Facts and Fallacies of Software Engineering by Robert Glass. This one I had on my wish list for a long time, before I decided to buy and read it. The book contains a number of interesting facts about my profession, some of which I knew, some of which I didn’t know. That’s OK because I am not a software developer by training and this book was a great help in making up for that. Another great book in that category is Coder to Developer by Mike Gunderloy, which is a bit more practical in that it contains all the info you would need to get a basic understanding of the work and the tools of a software developer. What I found most amazing about Facts and Fallacies was that the basic research quoted by the author in support of his theses was often from the very early days of the software field. The fact that a book such as this is still necessary after that long speaks volumes to the way old wisdom is ignored in favor of the latest fad in our field.

The Master Switch by Tim Wu is the story of the various information empires that have come and gone over the past 150 years or so. I personally remember only the latest one: the dotcom boom (and bust). But is interesting to see the similarities between say the internet boom and the advent of amateur radio. Both carried the promise of leading to greater democratization by brining information to the masses. It is also interesting what kind of sabotage companies got away with in the past. There is the story of a phone company stealing their competitors wires. In another instance one company was required to let its competitors to install switching equipment on their premises to connect to their network. Because they didn’t want that, they simply left open a window in the room housing the equipment and soon enough birds were living their, destroying their competitors equipment.

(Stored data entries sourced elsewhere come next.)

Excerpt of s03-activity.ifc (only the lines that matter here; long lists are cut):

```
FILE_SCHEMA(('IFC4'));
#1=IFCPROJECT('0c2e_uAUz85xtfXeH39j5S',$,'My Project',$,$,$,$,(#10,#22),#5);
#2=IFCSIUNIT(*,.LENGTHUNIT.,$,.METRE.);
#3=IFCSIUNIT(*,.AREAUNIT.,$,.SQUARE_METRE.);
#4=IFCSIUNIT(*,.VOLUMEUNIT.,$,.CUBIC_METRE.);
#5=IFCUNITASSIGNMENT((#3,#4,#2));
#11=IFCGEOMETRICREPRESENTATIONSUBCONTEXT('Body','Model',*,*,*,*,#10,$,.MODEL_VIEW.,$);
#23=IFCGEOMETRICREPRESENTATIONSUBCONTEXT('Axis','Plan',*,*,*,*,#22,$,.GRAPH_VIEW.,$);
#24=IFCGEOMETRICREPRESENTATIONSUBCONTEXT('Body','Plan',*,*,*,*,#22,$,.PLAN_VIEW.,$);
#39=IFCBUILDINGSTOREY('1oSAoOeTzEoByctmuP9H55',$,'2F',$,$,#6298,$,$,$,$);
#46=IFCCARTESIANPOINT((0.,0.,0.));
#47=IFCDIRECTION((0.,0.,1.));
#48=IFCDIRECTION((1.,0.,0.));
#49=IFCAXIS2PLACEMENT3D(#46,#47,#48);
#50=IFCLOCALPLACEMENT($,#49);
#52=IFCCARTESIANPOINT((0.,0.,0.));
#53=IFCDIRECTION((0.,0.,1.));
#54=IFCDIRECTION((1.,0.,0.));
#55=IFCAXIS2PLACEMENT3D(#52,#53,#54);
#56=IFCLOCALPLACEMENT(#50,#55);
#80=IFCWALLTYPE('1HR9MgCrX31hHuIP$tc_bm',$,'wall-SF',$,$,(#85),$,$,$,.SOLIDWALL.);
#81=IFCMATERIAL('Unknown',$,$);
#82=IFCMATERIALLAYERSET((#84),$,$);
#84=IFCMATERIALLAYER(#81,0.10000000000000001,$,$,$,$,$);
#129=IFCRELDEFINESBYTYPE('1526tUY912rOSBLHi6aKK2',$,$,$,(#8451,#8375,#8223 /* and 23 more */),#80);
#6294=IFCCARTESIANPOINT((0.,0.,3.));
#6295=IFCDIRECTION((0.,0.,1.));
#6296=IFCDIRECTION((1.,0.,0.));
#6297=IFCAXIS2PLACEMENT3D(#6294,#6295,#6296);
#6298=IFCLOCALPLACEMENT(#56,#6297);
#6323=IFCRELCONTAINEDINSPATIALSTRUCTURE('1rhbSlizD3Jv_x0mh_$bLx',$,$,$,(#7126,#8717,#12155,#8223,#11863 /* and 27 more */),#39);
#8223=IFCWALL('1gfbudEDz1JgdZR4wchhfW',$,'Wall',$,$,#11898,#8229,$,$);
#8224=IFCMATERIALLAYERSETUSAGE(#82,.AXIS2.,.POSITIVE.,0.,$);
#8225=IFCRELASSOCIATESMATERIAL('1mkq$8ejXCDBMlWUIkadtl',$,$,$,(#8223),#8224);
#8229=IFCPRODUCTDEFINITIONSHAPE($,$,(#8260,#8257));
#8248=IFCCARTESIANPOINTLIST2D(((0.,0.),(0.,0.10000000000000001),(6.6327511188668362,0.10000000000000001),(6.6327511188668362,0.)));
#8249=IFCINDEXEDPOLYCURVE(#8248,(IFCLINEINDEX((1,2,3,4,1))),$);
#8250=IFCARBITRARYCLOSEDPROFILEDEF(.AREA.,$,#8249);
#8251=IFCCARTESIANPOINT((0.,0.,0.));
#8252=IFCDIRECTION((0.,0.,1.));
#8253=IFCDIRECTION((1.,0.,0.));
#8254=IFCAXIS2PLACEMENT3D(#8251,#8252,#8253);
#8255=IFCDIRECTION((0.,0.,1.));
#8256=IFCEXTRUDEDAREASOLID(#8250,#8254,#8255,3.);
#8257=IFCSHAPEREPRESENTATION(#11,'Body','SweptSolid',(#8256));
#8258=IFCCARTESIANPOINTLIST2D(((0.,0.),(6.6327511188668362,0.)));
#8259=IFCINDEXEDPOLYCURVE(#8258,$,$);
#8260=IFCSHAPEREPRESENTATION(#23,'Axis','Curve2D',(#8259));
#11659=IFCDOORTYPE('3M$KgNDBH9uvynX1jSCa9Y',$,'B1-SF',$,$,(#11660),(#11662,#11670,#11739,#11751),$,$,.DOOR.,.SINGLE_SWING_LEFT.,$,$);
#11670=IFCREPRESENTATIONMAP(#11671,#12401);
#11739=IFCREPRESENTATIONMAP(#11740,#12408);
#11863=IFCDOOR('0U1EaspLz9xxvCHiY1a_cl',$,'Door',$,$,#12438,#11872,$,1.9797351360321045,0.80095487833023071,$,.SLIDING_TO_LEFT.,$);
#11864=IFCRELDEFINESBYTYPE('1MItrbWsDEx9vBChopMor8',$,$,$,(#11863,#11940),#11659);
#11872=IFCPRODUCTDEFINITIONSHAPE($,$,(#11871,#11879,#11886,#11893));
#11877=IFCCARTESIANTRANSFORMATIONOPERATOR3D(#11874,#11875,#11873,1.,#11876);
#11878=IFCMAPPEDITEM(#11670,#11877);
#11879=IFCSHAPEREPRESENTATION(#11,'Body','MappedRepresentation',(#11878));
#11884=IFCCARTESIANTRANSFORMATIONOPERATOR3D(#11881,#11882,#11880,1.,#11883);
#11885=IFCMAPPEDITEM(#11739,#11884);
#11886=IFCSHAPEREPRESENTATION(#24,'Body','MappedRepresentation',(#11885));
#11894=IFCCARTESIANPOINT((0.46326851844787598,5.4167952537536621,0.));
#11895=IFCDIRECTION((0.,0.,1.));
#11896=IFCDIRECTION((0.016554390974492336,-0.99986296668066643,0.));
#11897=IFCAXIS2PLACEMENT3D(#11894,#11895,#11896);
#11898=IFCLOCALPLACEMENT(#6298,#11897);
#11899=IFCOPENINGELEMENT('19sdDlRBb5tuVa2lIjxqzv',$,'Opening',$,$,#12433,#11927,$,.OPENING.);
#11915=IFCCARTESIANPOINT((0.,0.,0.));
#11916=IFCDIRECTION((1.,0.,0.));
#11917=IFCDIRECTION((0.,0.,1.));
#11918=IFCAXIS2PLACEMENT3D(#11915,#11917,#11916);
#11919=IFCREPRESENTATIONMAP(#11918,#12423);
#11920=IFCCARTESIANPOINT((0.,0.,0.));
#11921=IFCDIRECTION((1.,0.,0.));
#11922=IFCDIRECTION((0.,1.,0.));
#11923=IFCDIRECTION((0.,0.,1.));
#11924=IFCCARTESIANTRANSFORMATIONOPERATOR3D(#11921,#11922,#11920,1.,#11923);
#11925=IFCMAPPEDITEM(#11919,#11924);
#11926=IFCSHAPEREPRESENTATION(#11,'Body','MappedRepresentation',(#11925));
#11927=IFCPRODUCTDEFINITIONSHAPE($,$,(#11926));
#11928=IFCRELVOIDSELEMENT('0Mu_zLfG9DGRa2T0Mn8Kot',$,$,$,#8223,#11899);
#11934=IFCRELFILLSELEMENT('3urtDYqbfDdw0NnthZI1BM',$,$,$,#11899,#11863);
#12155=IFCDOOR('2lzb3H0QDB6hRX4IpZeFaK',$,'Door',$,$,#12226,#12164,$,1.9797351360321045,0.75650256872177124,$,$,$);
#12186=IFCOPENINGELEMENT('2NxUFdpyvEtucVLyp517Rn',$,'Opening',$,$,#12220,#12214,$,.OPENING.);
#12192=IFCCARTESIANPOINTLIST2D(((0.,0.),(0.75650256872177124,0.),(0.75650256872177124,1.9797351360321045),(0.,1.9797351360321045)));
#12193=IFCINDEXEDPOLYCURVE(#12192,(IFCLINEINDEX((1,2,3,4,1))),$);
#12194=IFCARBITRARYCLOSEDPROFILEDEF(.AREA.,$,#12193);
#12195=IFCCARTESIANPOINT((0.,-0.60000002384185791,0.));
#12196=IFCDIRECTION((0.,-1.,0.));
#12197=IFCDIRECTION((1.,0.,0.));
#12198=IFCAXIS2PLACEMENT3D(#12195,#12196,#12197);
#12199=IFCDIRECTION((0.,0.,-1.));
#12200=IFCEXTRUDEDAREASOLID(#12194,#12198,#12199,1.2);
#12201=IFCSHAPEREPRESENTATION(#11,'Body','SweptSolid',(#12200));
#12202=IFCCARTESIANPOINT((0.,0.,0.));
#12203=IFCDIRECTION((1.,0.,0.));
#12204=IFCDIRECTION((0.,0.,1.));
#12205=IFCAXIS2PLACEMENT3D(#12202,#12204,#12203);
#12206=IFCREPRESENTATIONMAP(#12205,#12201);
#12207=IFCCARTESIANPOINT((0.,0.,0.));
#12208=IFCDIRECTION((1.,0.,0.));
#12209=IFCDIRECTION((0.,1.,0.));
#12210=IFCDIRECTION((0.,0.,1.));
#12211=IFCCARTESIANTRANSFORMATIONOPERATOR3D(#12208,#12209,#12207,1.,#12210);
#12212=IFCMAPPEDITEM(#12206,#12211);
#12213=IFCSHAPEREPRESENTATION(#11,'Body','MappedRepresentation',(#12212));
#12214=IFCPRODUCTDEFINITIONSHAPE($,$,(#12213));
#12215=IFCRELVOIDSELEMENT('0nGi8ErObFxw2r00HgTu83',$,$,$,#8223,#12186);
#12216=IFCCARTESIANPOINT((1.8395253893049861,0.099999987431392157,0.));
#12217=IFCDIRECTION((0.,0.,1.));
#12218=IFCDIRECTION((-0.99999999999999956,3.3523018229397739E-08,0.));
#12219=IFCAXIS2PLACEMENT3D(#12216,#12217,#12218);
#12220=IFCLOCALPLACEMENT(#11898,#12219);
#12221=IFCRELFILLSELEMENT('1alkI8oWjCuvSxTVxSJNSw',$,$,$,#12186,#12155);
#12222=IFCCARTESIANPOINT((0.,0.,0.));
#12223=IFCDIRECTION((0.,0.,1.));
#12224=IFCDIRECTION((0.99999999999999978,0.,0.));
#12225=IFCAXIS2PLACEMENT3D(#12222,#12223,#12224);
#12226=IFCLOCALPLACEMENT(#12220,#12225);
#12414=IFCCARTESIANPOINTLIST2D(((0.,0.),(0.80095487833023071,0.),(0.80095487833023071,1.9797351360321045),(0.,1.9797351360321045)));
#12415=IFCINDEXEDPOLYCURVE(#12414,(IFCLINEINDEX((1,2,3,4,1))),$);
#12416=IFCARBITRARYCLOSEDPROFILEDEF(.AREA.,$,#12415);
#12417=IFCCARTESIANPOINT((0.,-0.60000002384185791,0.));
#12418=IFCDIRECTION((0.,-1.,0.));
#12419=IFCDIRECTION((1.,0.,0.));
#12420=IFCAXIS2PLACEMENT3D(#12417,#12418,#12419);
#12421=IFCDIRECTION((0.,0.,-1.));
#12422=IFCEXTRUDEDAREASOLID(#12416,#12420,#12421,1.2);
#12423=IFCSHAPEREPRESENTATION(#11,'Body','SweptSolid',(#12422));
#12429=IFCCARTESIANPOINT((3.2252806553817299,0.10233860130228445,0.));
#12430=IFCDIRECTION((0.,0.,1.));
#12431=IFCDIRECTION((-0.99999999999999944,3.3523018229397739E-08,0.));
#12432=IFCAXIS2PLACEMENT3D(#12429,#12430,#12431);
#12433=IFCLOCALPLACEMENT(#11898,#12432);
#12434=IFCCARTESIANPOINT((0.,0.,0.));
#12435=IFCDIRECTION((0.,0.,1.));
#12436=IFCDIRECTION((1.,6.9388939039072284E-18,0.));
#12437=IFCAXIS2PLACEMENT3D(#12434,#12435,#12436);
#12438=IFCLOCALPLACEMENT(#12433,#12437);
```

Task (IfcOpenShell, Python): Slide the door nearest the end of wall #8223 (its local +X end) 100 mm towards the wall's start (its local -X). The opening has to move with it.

```python
import ifcopenshell
import ifcopenshell.api.geometry
import ifcopenshell.util.placement
import ifcopenshell.util.unit

model = ifcopenshell.open("s03-activity.ifc")
unit_scale = ifcopenshell.util.unit.calculate_unit_scale(model)

door = model.by_guid("0U1EaspLz9xxvCHiY1a_cl")
opening = door.FillsVoids[0].RelatingOpeningElement
wall = opening.VoidsElements[0].RelatingBuildingElement

wall_matrix = ifcopenshell.util.placement.get_local_placement(wall.ObjectPlacement)
shift = wall_matrix[:3, 0] * -0.1 / unit_scale
before = ifcopenshell.util.placement.get_local_placement(door.ObjectPlacement)[:3, 3].copy()

# The door is placed relative to its opening, so it follows when the opening moves.
matrix = ifcopenshell.util.placement.get_local_placement(opening.ObjectPlacement)
matrix[:3, 3] += shift
ifcopenshell.api.geometry.edit_object_placement(
    model, product=opening, matrix=matrix, is_si=False, should_transform_children=True
)

after = ifcopenshell.util.placement.get_local_placement(door.ObjectPlacement)[:3, 3]
print("door moved by", (after - before).round(3) + 0.0)

model.write("s03-activity_rev.ifc")
```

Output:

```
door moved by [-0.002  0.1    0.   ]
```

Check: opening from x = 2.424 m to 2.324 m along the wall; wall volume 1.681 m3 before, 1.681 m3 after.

Finally there is The Filter Bubble by Eli Pariser. The author makes an very good point about how harmful the increasing personalization on the internet can be. By seeing only what we like, we no longer encounter anything that we may not like, but that is important for us in order to be informed citizens. I have actually noticed this on myself: I have a couple of dozen RSS feeds set up in Outlook to keep me up to date on topics that I care about. Because I know I should know about current affairs to understand the political landscape and make an informed decision come election time, I have included a couple of news sites. But more often than not I find myself checking tech blogs or movie trailers before I even look at the much more serious but considerably less entertaining political headlines. This actually links to something mentioned in The Master Switch. In an era when there were just a handful of broadcasting companies, everybody was watching the same programming. It gave people something to talk about and more importantly it allowed the nation to be rallied behind a common cause. Nowadays, thanks to personalization, everybody can live in their own little world, where they only see the news they like and go forever without encountering a single dissenting opinion. An opinion that might might otherwise have made them rethink some of their positions and notice that there is more to it than they might have realized before.